Being the Nurse Outside Work

Nicole Lehr | Scrubs Magazine

Healthcare. A profession where we are all taught how to and expected to respond appropriately in emergency situations, help people in need, and save lives… right? A hefty expectation for any individual, but an honorable one I suppose. When handed the appropriate resources for following out such expectations (hospital setting, nearby code cart, ample hands with comparable “life-saving” experience) although the result is not always favorable, it is easy to look back and say we did everything we could.

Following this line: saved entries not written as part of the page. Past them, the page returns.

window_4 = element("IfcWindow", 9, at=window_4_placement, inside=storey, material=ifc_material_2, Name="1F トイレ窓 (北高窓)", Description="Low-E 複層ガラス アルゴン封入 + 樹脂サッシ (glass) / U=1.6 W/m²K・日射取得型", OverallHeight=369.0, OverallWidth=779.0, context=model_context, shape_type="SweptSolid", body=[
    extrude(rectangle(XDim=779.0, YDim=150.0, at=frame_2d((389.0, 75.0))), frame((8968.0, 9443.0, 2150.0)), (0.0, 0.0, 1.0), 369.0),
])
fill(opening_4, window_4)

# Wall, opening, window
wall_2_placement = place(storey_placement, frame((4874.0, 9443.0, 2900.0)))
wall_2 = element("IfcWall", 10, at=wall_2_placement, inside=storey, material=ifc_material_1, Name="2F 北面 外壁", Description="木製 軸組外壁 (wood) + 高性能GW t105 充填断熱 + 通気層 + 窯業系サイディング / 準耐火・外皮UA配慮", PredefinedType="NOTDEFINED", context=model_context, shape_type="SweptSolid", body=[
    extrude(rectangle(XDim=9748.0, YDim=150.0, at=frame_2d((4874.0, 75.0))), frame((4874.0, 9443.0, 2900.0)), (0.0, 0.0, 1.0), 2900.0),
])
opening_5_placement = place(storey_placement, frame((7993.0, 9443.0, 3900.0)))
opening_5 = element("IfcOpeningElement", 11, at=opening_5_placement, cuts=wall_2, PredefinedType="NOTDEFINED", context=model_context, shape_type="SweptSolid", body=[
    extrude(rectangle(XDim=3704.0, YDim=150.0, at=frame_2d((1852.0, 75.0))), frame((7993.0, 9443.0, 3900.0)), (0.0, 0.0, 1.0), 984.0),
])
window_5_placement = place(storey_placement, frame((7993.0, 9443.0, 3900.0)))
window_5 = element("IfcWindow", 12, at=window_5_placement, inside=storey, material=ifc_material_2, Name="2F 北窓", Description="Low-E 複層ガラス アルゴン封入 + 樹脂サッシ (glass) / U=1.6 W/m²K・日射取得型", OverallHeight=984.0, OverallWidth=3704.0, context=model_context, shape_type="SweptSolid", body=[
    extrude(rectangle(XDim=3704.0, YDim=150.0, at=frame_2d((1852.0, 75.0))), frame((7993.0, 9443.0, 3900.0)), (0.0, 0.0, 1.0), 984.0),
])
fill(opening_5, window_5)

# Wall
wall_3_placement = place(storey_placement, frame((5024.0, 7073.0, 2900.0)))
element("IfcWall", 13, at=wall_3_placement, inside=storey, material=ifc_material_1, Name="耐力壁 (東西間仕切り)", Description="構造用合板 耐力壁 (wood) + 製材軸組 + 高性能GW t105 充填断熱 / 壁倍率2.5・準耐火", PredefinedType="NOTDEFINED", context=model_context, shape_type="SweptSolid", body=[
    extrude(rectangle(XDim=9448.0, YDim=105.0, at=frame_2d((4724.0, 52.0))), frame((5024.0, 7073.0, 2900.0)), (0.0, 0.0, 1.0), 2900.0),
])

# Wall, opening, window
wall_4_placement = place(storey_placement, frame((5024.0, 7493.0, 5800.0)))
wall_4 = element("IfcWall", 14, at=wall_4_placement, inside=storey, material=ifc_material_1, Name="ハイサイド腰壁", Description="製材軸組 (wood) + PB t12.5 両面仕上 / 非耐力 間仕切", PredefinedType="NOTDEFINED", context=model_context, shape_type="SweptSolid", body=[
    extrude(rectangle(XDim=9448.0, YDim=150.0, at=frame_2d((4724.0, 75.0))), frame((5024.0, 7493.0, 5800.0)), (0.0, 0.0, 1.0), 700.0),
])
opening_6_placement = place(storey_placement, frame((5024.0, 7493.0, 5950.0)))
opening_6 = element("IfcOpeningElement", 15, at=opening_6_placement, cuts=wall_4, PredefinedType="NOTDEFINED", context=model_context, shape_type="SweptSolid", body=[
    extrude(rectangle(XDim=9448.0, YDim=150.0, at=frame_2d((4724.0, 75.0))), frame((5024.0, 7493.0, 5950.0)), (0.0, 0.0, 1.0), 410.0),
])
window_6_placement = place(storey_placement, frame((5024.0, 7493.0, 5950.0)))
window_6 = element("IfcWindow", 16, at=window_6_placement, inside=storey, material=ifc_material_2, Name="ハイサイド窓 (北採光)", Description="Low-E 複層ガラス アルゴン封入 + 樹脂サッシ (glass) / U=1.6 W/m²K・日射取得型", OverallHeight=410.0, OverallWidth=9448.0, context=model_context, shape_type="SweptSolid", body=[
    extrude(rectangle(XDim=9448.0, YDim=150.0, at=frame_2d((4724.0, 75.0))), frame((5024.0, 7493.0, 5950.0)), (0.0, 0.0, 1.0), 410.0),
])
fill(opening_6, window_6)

So how about when we are thrown into unfavorable situations where those same vital resources are not at our fingertips? When you don’t have an attending running the code or a respiratory therapist there to intubate in seconds. When you don’t have code drugs to push when you lose a pulse and the only faces you see around you are those staring in horror because they’ve never seen a person down in their lives. We are all comfortable with our CPR skills on dummies because we’ve practiced countless times. And many of us may be comfortable with our CPR skills on actual humans because we’ve been in countless codes in the hospital. But how many of us, aside from EMS and transport team folks, are comfortable with the idea of resuscitating an individual in a public setting, in a house, in a park, on a plane, in a restaurant, or on the street?

By nature of our professions, we are expected to be the first respondents to an emergency situation, even if outside the hospital. People shout for nurses and doctors when a person collapses in a crowd. It would be against our nature to drive by a car accident that we witnessed prior to the ambulance and firetruck arrival. We are supposed to be immune from the “rubber-necking” response… the rubber-neckers are looking at us.

The alarm went off at 4:25 and the nurse rolled over with a moan thinking it was a very bad idea to sign up for a race with a 6 a.m. start time. As she is in the bathroom brushing away at her teeth she hears the sound of screeching tires then a house-shaking blast that quickly wakes her up from her early morning daze. In her run up the stairs she sees the frightened look of her roommate by the front door gazing out the window. They know the blast was close because they can see the smoke billowing in the air above the street.

The nurse throws on some shoes, opens the door and runs to the sidewalk, gazing in front of the neighbor’s house at the intersection where a light pole stands. In the haze of the smoke she notices what appears to be two mangled cars, one on each side of the concrete pole. She hears sirens in the distance and as the lone cop car approaches she notices that the two pieces are the front end and back end of one car, completely split by impact.